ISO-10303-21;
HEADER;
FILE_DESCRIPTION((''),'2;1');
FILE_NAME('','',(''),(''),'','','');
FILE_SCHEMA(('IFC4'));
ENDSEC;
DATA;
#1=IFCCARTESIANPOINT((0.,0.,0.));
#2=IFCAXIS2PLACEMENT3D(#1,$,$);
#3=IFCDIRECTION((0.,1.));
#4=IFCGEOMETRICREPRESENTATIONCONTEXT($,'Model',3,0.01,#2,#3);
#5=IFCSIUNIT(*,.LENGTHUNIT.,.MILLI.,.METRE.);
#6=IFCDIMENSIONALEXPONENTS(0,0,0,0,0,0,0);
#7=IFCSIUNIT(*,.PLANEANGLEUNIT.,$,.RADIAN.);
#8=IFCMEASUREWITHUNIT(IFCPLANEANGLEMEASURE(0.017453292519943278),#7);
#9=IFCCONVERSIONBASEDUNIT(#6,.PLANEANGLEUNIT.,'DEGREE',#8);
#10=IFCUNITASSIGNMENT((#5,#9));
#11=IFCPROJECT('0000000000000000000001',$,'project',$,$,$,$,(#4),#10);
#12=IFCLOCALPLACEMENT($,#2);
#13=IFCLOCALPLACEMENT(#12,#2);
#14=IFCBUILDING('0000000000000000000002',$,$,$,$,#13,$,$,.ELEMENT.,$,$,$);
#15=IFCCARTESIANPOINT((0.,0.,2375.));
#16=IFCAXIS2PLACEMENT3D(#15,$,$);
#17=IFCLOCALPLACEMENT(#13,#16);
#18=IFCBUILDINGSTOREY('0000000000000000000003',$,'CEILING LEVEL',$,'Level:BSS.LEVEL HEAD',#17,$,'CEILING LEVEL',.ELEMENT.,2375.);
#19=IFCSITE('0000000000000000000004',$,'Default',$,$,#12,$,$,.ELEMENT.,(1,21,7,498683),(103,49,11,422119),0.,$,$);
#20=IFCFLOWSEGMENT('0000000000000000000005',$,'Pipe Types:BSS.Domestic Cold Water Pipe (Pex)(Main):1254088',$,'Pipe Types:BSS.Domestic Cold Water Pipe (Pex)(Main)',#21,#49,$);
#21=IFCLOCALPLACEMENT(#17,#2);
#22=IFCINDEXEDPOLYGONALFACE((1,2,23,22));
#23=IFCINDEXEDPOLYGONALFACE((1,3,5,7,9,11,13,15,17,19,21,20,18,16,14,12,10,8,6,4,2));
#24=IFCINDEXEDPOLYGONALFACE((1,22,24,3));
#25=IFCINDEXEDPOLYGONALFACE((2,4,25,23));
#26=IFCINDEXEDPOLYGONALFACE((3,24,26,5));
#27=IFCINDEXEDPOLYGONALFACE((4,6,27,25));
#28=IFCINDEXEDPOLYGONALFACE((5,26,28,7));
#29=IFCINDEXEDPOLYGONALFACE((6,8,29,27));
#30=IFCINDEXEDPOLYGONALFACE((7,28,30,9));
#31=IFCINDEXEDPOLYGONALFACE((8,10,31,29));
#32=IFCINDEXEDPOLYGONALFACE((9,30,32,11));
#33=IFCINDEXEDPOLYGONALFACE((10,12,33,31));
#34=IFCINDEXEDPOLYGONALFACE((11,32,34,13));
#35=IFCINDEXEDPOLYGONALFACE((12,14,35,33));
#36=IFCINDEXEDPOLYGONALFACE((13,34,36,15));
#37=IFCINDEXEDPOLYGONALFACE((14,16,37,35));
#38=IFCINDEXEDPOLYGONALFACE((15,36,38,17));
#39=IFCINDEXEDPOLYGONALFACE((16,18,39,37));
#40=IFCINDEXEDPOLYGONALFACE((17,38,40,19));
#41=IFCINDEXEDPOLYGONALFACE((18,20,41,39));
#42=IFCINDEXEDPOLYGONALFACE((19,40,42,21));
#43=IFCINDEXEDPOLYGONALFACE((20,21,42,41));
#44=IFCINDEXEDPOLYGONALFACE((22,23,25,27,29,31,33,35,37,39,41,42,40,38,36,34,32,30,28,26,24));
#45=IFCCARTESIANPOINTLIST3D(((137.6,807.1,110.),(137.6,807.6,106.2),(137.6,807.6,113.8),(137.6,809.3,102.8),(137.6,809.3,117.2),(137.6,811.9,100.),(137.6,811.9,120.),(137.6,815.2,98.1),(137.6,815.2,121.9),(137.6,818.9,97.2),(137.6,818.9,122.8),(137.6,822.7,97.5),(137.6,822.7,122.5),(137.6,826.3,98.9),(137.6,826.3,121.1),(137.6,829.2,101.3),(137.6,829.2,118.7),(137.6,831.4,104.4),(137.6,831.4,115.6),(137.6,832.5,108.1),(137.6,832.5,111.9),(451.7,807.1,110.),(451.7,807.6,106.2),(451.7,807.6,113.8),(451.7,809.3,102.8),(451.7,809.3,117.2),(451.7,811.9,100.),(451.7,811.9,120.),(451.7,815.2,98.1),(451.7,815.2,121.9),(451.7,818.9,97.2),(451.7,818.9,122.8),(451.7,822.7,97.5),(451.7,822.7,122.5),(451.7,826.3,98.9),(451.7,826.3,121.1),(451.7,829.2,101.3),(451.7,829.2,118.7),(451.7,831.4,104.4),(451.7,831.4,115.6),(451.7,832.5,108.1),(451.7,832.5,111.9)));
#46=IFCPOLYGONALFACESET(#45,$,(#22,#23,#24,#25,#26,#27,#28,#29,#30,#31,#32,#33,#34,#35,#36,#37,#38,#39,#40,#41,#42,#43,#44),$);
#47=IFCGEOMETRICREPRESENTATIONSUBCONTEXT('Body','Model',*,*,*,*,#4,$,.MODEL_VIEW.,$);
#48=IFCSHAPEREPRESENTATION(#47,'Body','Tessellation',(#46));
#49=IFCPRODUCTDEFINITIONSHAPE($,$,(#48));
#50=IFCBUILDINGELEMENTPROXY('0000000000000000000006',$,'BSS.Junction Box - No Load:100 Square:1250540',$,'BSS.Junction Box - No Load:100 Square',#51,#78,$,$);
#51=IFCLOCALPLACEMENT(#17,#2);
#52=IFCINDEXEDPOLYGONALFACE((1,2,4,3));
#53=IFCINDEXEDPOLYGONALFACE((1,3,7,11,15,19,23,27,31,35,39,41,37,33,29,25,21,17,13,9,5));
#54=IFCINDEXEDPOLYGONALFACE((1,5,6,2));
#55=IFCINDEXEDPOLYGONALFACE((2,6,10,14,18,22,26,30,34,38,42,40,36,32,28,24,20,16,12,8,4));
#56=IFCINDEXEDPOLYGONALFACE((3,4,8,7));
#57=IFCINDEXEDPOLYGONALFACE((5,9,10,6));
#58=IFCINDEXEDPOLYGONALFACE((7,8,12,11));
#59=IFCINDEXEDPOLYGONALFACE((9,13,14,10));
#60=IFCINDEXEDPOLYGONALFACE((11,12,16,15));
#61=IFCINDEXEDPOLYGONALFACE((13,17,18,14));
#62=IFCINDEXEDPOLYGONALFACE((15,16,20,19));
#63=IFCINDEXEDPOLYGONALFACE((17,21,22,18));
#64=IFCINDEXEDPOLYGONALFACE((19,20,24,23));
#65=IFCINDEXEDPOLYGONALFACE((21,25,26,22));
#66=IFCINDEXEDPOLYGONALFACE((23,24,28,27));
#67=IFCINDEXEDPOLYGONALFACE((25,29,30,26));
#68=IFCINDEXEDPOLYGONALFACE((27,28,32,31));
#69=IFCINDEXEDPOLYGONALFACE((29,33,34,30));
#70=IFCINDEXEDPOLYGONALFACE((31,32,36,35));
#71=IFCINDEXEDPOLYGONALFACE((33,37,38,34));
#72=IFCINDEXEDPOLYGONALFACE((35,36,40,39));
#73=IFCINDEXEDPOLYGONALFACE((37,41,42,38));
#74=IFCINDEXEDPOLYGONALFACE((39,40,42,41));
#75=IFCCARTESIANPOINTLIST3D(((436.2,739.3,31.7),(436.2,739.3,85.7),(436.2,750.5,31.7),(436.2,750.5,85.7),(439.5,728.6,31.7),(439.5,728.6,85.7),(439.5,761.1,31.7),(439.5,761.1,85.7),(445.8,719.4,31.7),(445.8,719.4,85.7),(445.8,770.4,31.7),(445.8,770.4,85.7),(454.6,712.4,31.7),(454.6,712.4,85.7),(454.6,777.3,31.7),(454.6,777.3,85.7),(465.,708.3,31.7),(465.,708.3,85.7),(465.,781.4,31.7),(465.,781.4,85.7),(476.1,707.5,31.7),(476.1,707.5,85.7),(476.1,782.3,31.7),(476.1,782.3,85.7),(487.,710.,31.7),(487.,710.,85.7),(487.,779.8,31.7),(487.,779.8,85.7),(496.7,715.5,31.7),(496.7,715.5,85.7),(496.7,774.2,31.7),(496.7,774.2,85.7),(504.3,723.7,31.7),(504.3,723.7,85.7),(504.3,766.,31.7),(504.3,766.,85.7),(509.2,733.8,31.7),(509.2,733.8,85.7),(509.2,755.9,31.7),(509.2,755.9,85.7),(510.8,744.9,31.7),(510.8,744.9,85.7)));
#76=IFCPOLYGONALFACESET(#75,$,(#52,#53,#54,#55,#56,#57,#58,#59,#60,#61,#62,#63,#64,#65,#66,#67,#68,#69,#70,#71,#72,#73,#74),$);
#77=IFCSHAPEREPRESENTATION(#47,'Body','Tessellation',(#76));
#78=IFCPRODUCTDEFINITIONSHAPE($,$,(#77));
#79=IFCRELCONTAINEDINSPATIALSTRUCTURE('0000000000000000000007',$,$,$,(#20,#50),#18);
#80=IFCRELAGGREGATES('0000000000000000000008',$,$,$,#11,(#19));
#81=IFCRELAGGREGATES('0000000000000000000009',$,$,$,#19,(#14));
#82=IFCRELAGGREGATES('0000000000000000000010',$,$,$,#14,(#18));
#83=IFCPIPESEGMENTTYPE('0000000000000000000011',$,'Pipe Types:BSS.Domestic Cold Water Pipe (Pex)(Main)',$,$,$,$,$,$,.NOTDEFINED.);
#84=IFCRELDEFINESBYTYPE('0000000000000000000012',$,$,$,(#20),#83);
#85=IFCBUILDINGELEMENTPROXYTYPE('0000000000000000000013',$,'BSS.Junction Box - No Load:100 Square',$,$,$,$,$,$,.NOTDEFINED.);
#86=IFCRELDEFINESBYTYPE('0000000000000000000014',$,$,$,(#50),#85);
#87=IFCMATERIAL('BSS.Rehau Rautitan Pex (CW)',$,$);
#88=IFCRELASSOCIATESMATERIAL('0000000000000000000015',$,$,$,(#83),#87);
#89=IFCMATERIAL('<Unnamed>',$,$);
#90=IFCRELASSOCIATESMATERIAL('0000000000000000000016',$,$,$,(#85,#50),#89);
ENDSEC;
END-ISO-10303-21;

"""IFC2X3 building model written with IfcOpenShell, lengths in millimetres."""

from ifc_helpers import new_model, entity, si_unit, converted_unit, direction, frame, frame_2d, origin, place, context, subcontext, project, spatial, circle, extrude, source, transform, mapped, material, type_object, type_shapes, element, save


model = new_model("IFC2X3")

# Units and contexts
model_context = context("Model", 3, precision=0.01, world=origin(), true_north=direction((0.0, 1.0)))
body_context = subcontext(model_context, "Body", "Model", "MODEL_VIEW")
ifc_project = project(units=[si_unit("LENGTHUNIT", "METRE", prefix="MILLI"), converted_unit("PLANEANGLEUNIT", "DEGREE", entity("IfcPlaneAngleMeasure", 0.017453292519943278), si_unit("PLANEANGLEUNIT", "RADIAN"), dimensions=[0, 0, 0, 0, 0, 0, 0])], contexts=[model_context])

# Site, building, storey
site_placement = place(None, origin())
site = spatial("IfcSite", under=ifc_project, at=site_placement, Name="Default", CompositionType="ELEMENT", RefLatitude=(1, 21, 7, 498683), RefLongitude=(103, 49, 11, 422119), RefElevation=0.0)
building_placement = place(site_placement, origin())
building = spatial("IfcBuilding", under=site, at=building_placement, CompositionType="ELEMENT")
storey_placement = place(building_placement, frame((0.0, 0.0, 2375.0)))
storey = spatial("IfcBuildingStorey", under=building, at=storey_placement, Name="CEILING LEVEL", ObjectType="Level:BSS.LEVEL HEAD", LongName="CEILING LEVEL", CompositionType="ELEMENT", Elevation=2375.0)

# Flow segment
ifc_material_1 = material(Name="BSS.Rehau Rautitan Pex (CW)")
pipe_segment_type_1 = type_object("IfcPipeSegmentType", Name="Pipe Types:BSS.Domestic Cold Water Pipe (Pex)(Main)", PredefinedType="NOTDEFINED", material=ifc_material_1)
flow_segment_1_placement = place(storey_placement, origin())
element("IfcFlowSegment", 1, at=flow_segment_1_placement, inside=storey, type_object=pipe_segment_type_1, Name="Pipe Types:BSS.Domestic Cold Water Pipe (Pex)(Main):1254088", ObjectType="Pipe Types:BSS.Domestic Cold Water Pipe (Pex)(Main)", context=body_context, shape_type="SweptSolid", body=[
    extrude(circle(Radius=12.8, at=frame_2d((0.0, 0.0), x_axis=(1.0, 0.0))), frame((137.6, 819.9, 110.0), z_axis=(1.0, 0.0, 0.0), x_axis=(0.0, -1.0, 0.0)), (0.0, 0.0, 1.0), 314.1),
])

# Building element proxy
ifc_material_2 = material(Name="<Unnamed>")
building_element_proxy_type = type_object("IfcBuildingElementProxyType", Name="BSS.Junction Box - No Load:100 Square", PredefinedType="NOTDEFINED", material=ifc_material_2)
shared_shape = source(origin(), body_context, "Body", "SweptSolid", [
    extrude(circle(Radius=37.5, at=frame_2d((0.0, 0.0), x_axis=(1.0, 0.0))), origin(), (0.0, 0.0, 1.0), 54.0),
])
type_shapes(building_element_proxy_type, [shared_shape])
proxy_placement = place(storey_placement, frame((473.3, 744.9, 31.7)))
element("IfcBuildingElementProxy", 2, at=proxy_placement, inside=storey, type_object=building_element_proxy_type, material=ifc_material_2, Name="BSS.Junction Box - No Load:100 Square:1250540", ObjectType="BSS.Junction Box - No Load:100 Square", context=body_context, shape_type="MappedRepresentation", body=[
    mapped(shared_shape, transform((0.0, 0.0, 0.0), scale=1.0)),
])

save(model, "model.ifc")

* * *

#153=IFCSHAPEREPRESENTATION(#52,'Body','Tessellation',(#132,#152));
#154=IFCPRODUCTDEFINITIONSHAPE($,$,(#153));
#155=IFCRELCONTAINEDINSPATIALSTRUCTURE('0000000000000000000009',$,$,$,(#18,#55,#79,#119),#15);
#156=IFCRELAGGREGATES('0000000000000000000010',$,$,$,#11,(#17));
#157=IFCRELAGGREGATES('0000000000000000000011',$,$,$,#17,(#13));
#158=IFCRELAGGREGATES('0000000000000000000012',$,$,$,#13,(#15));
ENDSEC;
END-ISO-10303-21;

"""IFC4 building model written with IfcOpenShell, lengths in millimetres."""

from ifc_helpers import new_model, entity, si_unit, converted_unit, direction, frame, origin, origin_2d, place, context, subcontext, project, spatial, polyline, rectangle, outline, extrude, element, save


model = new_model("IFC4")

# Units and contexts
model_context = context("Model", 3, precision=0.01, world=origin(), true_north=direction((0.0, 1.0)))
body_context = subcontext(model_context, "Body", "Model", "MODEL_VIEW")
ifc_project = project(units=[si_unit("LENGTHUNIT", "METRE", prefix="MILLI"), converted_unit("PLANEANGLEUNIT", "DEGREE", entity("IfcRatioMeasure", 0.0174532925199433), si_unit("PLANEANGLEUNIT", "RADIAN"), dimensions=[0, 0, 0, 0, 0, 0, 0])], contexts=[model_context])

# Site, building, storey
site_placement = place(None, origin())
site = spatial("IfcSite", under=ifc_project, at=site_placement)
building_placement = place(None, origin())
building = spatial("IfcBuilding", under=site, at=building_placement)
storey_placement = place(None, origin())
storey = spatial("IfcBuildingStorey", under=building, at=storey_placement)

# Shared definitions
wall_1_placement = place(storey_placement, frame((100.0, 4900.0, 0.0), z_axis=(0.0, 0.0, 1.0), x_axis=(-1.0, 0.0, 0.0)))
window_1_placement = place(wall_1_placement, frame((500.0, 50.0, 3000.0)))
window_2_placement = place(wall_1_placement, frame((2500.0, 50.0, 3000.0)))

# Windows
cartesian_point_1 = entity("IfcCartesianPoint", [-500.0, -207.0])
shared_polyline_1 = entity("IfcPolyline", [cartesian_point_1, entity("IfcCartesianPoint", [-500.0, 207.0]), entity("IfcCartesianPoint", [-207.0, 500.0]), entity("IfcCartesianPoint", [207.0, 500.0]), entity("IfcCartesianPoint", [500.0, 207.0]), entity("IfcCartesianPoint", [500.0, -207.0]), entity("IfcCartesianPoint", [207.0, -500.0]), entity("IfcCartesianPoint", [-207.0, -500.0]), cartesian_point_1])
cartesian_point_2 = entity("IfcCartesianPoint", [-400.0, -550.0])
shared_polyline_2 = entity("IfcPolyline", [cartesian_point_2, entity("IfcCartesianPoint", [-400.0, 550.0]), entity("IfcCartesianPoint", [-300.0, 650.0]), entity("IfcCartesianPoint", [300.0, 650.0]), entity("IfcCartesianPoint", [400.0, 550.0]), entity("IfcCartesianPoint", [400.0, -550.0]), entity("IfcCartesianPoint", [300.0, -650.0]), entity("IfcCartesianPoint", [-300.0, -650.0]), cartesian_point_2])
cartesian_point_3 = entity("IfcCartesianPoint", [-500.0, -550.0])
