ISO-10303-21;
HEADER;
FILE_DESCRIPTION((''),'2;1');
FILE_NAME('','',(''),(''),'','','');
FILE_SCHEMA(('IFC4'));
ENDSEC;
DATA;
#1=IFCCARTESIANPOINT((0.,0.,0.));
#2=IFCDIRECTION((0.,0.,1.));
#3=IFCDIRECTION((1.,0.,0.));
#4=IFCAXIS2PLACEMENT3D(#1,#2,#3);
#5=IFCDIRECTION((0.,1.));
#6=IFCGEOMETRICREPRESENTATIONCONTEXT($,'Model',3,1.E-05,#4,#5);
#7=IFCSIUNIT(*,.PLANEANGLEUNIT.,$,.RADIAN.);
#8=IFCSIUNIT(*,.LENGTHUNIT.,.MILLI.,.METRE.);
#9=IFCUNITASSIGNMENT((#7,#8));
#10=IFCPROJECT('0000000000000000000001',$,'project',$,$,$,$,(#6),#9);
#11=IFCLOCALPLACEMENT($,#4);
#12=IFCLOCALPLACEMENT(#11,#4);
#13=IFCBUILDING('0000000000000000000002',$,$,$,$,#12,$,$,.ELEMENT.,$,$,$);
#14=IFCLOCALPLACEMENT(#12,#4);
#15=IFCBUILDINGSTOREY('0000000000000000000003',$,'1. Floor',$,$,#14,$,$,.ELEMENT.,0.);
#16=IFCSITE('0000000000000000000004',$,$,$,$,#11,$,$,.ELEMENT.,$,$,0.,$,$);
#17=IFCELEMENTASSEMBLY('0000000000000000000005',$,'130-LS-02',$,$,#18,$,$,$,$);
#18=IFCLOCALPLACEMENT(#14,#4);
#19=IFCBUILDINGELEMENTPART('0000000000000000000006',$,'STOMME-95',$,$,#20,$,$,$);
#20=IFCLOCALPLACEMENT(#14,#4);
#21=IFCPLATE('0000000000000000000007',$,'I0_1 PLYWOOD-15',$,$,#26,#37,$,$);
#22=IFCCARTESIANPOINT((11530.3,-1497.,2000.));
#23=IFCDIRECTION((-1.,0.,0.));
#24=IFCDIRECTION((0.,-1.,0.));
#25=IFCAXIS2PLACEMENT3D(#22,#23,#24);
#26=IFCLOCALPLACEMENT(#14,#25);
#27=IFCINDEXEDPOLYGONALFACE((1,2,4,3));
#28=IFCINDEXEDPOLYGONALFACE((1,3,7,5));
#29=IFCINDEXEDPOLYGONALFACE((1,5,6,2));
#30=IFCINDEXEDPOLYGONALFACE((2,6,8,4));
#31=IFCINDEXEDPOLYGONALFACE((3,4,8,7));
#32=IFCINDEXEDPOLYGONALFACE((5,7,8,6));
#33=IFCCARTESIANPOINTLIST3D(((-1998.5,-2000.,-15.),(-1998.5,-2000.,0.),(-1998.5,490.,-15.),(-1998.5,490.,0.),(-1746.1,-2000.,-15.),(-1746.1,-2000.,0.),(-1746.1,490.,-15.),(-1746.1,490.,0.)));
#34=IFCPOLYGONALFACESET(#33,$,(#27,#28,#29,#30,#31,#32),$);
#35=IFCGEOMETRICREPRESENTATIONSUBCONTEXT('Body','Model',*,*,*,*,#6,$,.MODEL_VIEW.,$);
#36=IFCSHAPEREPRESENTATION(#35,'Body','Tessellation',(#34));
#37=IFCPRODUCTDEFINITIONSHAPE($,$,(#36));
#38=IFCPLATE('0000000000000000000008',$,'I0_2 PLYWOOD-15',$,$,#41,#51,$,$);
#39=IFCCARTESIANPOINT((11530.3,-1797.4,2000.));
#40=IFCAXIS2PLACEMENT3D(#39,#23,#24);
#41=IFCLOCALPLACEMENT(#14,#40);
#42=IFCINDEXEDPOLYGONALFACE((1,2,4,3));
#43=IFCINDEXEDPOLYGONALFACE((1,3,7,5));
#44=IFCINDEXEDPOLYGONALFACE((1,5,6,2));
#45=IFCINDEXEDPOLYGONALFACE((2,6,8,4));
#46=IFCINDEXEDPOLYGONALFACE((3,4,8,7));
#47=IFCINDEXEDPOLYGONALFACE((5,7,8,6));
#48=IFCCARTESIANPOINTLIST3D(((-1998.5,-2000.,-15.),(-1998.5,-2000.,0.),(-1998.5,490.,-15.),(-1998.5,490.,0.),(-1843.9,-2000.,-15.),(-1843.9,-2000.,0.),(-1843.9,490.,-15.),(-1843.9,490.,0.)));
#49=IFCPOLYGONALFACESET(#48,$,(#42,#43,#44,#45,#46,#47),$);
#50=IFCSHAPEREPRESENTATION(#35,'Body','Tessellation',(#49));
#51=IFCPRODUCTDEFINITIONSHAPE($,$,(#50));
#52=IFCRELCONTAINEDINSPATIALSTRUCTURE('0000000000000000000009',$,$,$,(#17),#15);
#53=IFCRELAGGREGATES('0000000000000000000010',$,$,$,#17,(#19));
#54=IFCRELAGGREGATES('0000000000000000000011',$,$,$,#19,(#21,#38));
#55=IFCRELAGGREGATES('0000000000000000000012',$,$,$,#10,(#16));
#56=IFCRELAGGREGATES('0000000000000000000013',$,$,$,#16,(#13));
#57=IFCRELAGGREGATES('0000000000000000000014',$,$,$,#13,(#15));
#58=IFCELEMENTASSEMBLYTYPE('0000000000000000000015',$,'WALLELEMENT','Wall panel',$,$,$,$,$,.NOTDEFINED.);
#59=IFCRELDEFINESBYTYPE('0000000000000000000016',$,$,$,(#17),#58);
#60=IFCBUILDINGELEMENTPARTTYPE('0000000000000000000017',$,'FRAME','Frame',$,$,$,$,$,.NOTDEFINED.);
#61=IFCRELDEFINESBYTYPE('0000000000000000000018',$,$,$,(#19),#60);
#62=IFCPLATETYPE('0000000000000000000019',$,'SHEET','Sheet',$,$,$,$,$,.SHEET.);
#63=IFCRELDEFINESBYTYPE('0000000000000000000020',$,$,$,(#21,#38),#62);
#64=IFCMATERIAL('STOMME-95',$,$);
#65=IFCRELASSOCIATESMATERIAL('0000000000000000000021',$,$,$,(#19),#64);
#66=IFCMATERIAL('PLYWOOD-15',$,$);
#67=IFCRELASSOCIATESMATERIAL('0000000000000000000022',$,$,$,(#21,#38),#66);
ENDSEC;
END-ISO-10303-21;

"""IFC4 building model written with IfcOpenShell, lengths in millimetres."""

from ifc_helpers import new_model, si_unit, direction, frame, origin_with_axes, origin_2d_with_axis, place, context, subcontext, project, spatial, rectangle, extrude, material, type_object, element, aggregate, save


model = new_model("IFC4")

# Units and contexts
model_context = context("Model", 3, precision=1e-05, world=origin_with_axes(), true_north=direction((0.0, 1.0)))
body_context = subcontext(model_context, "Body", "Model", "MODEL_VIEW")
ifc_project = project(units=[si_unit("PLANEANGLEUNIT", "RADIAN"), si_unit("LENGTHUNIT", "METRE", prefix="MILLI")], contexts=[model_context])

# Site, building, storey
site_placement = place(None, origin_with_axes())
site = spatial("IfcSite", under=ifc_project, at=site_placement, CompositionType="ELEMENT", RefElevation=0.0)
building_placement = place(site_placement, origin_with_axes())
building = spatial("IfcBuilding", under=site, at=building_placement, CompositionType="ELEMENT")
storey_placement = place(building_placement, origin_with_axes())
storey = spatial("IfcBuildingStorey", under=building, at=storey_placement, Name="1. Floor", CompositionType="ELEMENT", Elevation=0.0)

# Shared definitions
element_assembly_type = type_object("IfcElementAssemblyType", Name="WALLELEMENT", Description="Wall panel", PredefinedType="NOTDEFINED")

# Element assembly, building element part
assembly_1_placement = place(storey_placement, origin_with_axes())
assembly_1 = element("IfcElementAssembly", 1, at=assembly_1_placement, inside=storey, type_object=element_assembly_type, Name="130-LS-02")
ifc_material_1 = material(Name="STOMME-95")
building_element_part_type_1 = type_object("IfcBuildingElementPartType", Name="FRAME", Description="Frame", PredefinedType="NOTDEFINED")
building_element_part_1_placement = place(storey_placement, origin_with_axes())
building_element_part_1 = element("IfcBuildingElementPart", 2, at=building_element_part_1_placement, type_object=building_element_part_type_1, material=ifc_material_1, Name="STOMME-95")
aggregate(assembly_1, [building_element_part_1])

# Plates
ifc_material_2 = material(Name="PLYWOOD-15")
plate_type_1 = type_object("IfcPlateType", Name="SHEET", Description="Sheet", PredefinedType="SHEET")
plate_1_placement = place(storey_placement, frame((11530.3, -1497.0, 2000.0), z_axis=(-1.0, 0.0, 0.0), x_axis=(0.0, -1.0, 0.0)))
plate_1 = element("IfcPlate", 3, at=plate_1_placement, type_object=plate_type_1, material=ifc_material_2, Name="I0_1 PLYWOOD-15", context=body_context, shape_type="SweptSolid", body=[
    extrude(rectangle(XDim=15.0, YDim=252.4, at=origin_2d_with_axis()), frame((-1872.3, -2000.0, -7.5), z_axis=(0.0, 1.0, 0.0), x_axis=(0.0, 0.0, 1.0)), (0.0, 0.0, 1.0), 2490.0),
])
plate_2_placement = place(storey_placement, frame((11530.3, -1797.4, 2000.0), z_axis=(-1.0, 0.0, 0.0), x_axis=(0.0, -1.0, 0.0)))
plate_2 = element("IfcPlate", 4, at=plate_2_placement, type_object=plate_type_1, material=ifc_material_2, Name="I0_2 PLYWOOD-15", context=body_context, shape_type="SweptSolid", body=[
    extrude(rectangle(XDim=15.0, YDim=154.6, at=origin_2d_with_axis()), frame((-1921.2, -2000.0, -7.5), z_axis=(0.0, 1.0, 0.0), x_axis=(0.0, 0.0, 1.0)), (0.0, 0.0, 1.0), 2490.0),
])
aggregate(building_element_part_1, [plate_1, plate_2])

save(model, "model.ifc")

---

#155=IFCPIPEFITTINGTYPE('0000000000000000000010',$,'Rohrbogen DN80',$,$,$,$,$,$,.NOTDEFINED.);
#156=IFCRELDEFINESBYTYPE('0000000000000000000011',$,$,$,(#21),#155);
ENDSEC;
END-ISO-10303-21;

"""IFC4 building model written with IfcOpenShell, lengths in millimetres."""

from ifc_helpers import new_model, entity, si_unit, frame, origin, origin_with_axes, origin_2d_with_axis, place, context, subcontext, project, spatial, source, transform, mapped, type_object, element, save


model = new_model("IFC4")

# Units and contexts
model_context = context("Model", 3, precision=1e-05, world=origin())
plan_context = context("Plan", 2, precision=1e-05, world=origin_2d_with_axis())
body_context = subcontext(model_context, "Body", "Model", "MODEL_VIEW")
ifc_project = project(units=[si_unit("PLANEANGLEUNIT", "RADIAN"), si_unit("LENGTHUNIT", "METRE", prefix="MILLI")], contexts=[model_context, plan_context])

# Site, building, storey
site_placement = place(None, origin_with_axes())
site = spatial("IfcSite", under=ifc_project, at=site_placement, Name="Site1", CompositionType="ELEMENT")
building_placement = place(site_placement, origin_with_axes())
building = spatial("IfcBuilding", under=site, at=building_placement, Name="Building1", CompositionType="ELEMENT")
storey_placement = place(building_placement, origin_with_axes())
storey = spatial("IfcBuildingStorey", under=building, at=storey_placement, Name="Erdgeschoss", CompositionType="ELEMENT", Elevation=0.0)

**EXERCISE DESCRIPTION**
Please transcribe only the lines in the records above running from the line that has "#30=IFCINDEXEDPOLYGONALFACE((2,6,8,4));" through the line that has "#55=IFCRELAGGREGATES('0000000000000000000012',$,$,$,#10,(#16));", both included, exactly as they appear.

**ANSWER SPACE**
#30=IFCINDEXEDPOLYGONALFACE((2,6,8,4));
#31=IFCINDEXEDPOLYGONALFACE((3,4,8,7));
#32=IFCINDEXEDPOLYGONALFACE((5,7,8,6));
#33=IFCCARTESIANPOINTLIST3D(((-1998.5,-2000.,-15.),(-1998.5,-2000.,0.),(-1998.5,490.,-15.),(-1998.5,490.,0.),(-1746.1,-2000.,-15.),(-1746.1,-2000.,0.),(-1746.1,490.,-15.),(-1746.1,490.,0.)));
#34=IFCPOLYGONALFACESET(#33,$,(#27,#28,#29,#30,#31,#32),$);
#35=IFCGEOMETRICREPRESENTATIONSUBCONTEXT('Body','Model',*,*,*,*,#6,$,.MODEL_VIEW.,$);
#36=IFCSHAPEREPRESENTATION(#35,'Body','Tessellation',(#34));
#37=IFCPRODUCTDEFINITIONSHAPE($,$,(#36));
#38=IFCPLATE('0000000000000000000008',$,'I0_2 PLYWOOD-15',$,$,#41,#51,$,$);
#39=IFCCARTESIANPOINT((11530.3,-1797.4,2000.));
#40=IFCAXIS2PLACEMENT3D(#39,#23,#24);
#41=IFCLOCALPLACEMENT(#14,#40);
#42=IFCINDEXEDPOLYGONALFACE((1,2,4,3));
#43=IFCINDEXEDPOLYGONALFACE((1,3,7,5));
#44=IFCINDEXEDPOLYGONALFACE((1,5,6,2));
#45=IFCINDEXEDPOLYGONALFACE((2,6,8,4));
#46=IFCINDEXEDPOLYGONALFACE((3,4,8,7));
#47=IFCINDEXEDPOLYGONALFACE((5,7,8,6));
#48=IFCCARTESIANPOINTLIST3D(((-1998.5,-2000.,-15.),(-1998.5,-2000.,0.),(-1998.5,490.,-15.),(-1998.5,490.,0.),(-1843.9,-2000.,-15.),(-1843.9,-2000.,0.),(-1843.9,490.,-15.),(-1843.9,490.,0.)));
#49=IFCPOLYGONALFACESET(#48,$,(#42,#43,#44,#45,#46,#47),$);
#50=IFCSHAPEREPRESENTATION(#35,'Body','Tessellation',(#49));
#51=IFCPRODUCTDEFINITIONSHAPE($,$,(#50));
#52=IFCRELCONTAINEDINSPATIALSTRUCTURE('0000000000000000000009',$,$,$,(#17),#15);
#53=IFCRELAGGREGATES('0000000000000000000010',$,$,$,#17,(#19));
#54=IFCRELAGGREGATES('0000000000000000000011',$,$,$,#19,(#21,#38));
#55=IFCRELAGGREGATES('0000000000000000000012',$,$,$,#10,(#16));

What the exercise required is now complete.